(Data records)
-.-.-

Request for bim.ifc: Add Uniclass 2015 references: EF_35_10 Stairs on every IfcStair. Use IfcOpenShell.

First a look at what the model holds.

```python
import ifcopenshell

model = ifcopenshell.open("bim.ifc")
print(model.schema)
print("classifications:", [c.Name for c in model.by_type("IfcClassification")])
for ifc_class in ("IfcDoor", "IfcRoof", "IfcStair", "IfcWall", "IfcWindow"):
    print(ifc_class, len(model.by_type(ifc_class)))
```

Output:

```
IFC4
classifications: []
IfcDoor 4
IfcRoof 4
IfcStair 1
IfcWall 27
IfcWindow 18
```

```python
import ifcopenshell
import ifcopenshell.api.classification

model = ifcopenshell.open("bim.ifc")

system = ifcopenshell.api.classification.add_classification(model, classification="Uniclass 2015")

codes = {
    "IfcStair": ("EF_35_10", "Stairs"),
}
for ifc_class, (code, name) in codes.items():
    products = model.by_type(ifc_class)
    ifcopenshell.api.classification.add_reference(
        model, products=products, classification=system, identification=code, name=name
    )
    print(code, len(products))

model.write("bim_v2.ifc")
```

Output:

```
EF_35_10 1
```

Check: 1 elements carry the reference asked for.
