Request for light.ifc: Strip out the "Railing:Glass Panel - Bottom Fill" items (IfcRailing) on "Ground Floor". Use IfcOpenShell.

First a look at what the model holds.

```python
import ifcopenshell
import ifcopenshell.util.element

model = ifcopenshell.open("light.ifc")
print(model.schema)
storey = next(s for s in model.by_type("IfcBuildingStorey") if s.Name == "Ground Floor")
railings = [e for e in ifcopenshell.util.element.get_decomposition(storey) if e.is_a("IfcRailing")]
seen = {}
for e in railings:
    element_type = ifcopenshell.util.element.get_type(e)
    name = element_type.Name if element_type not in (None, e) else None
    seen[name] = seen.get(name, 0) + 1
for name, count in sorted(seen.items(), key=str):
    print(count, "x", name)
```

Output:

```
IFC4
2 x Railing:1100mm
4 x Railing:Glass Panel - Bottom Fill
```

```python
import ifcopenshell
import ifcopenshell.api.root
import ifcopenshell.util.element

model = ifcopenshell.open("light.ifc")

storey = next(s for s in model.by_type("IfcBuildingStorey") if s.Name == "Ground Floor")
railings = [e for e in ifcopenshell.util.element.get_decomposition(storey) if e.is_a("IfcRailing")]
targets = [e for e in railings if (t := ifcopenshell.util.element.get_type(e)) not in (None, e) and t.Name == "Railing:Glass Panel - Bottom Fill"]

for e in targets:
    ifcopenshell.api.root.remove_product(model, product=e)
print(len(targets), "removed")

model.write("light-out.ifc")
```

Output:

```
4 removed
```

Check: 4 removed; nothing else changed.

-.-.-

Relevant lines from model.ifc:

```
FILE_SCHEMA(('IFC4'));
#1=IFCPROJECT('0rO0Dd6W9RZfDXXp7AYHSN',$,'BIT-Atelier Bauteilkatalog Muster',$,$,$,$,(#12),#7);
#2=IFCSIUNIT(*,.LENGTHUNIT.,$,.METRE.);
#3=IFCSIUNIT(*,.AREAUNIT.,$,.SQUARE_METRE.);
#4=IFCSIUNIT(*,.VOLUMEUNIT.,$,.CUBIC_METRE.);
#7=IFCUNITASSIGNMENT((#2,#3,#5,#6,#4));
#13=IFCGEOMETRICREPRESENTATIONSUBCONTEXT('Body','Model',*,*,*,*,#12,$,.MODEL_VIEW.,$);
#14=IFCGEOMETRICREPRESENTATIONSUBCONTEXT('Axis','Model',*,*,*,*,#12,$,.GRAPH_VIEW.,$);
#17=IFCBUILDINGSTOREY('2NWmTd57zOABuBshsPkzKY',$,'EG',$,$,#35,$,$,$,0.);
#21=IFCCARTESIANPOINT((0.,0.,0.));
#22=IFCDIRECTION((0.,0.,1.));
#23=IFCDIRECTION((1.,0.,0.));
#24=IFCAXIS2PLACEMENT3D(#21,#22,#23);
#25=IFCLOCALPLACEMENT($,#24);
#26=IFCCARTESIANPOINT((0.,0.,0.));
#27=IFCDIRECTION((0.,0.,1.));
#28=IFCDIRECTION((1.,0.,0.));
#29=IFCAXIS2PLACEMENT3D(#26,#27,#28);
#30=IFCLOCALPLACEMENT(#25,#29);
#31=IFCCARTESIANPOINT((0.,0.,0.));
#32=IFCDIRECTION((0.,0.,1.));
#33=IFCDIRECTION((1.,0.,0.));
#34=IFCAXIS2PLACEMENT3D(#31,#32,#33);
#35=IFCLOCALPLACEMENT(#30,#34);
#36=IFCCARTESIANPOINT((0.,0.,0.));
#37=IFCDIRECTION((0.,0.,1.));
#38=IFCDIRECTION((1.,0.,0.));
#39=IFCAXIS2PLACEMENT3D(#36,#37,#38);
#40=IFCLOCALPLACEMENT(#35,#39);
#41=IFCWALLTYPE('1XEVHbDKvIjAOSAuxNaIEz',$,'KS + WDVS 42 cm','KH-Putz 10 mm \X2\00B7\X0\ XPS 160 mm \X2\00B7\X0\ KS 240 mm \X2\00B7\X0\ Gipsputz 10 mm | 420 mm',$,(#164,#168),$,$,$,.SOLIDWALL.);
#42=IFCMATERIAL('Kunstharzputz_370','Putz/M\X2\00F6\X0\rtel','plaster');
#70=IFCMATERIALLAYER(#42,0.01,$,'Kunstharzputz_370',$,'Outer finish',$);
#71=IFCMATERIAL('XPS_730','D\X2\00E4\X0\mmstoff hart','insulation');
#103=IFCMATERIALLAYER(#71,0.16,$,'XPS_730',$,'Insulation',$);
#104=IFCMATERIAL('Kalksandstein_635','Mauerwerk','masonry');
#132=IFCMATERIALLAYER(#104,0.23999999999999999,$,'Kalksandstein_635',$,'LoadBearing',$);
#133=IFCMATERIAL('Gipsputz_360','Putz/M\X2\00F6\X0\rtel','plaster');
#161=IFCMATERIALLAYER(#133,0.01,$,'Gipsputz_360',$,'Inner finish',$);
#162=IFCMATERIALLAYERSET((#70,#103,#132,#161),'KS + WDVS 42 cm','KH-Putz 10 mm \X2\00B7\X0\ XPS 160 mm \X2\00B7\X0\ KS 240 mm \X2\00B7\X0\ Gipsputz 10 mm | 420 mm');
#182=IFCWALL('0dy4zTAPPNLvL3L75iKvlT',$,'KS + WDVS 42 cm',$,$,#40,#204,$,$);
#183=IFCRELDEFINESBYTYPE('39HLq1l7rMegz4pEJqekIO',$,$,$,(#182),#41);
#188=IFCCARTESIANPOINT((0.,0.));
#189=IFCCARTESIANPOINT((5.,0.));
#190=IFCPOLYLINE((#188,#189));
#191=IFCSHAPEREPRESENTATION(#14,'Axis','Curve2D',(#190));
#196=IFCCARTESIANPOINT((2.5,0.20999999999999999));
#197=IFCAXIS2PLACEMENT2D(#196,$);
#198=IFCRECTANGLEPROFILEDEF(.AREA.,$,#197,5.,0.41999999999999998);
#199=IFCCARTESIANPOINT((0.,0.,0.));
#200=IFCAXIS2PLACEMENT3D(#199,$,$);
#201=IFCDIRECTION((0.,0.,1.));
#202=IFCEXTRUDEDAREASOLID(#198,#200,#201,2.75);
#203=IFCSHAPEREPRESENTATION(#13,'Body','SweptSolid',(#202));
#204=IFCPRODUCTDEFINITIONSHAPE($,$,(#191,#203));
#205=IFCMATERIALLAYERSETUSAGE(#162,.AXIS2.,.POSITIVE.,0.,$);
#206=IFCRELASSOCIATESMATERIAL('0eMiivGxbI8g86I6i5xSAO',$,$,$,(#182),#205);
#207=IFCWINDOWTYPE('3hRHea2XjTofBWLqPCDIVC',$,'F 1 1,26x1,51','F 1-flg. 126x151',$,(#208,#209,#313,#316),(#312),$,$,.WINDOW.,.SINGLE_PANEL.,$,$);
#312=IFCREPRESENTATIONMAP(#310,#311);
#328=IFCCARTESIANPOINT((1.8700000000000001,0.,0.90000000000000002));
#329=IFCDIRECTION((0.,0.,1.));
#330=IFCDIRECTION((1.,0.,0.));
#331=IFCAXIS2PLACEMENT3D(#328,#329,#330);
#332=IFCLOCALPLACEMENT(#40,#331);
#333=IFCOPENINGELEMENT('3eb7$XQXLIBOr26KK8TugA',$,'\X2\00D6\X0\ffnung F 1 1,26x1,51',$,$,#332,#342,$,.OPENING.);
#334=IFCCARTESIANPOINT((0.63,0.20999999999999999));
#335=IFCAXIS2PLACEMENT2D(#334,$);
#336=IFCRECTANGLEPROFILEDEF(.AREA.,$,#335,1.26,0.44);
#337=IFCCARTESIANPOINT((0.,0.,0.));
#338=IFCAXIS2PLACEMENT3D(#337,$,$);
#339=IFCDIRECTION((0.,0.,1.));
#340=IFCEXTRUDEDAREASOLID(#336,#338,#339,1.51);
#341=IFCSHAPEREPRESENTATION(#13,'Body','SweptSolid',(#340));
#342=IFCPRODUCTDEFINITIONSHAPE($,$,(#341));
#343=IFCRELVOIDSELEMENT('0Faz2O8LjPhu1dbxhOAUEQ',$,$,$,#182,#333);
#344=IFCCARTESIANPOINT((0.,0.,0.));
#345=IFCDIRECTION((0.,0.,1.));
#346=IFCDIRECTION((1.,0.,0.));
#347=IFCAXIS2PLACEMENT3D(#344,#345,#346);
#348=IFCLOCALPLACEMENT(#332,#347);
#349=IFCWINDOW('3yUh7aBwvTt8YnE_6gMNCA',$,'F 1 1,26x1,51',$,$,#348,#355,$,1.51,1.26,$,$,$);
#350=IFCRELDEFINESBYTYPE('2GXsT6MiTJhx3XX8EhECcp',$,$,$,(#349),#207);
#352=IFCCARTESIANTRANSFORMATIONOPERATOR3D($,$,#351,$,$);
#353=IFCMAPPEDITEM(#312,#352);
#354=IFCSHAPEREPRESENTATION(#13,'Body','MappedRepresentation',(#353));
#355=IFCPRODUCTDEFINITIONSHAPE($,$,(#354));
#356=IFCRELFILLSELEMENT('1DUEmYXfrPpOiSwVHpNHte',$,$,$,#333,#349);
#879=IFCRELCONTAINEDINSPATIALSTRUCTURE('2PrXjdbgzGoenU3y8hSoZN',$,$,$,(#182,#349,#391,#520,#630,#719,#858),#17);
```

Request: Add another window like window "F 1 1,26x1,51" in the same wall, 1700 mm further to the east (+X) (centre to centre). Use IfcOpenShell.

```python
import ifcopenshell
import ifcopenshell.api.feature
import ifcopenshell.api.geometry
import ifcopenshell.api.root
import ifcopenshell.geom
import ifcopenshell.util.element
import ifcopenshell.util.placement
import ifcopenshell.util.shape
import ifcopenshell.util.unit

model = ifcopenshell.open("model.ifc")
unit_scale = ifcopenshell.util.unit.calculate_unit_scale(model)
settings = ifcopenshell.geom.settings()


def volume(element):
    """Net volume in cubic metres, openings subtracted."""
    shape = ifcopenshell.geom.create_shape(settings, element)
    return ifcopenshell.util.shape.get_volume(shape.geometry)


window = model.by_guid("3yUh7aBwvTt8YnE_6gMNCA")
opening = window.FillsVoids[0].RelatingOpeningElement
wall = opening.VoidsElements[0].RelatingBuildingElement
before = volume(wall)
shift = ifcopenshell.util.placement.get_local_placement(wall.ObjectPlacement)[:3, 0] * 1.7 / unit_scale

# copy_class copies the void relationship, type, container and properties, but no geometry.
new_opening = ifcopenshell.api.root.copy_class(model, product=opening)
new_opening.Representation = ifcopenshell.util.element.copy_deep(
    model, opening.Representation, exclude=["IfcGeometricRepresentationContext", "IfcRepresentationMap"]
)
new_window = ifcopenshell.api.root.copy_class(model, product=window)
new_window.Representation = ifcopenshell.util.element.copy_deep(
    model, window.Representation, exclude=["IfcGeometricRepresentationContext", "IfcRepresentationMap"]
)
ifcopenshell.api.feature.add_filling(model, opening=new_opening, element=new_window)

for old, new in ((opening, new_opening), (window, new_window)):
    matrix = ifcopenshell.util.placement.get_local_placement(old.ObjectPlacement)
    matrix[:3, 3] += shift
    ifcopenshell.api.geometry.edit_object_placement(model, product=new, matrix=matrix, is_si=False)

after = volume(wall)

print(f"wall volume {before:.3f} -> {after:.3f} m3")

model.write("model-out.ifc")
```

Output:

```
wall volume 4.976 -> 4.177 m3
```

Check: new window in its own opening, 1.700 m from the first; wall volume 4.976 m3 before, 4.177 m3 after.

-.-.-

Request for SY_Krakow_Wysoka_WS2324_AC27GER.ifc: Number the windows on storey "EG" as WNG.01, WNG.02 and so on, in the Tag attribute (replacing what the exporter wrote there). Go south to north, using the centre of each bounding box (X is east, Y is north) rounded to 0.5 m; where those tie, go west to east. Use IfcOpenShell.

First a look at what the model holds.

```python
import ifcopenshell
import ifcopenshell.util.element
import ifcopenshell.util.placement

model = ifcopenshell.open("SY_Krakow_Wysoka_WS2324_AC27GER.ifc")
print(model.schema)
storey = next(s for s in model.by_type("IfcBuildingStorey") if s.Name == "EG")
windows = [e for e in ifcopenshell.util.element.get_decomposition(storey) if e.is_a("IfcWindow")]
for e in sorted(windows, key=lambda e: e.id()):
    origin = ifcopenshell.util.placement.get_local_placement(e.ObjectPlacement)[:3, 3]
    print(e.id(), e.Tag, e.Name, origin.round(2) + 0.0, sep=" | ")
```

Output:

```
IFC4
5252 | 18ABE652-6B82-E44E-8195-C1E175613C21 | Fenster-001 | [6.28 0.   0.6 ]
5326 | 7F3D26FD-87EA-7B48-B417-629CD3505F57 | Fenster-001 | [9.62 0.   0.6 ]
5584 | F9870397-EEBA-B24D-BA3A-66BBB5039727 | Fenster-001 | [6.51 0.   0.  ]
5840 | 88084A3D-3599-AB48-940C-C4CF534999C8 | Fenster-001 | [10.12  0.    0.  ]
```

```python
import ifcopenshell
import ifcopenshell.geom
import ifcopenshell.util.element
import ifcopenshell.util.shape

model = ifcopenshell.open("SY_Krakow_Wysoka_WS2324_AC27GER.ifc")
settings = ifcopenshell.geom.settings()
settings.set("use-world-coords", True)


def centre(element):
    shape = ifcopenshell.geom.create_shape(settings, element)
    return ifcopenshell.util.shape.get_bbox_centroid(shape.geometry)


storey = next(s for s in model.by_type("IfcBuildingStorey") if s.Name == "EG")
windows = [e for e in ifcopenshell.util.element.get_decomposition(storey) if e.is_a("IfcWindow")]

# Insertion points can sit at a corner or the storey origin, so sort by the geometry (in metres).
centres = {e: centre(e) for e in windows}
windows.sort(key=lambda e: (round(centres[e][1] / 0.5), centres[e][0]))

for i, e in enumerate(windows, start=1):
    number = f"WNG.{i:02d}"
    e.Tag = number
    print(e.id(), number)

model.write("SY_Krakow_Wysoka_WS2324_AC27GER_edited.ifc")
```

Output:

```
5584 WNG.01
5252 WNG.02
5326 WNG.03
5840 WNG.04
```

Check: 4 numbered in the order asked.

-.-.-

**Task details**.
Filter the entries above and return only the lines holding "Fenster".

**Response to this task**.
5252 | 18ABE652-6B82-E44E-8195-C1E175613C21 | Fenster-001 | [6.28 0.   0.6 ]
5326 | 7F3D26FD-87EA-7B48-B417-629CD3505F57 | Fenster-001 | [9.62 0.   0.6 ]
5584 | F9870397-EEBA-B24D-BA3A-66BBB5039727 | Fenster-001 | [6.51 0.   0.  ]
5840 | 88084A3D-3599-AB48-940C-C4CF534999C8 | Fenster-001 | [10.12  0.    0.  ]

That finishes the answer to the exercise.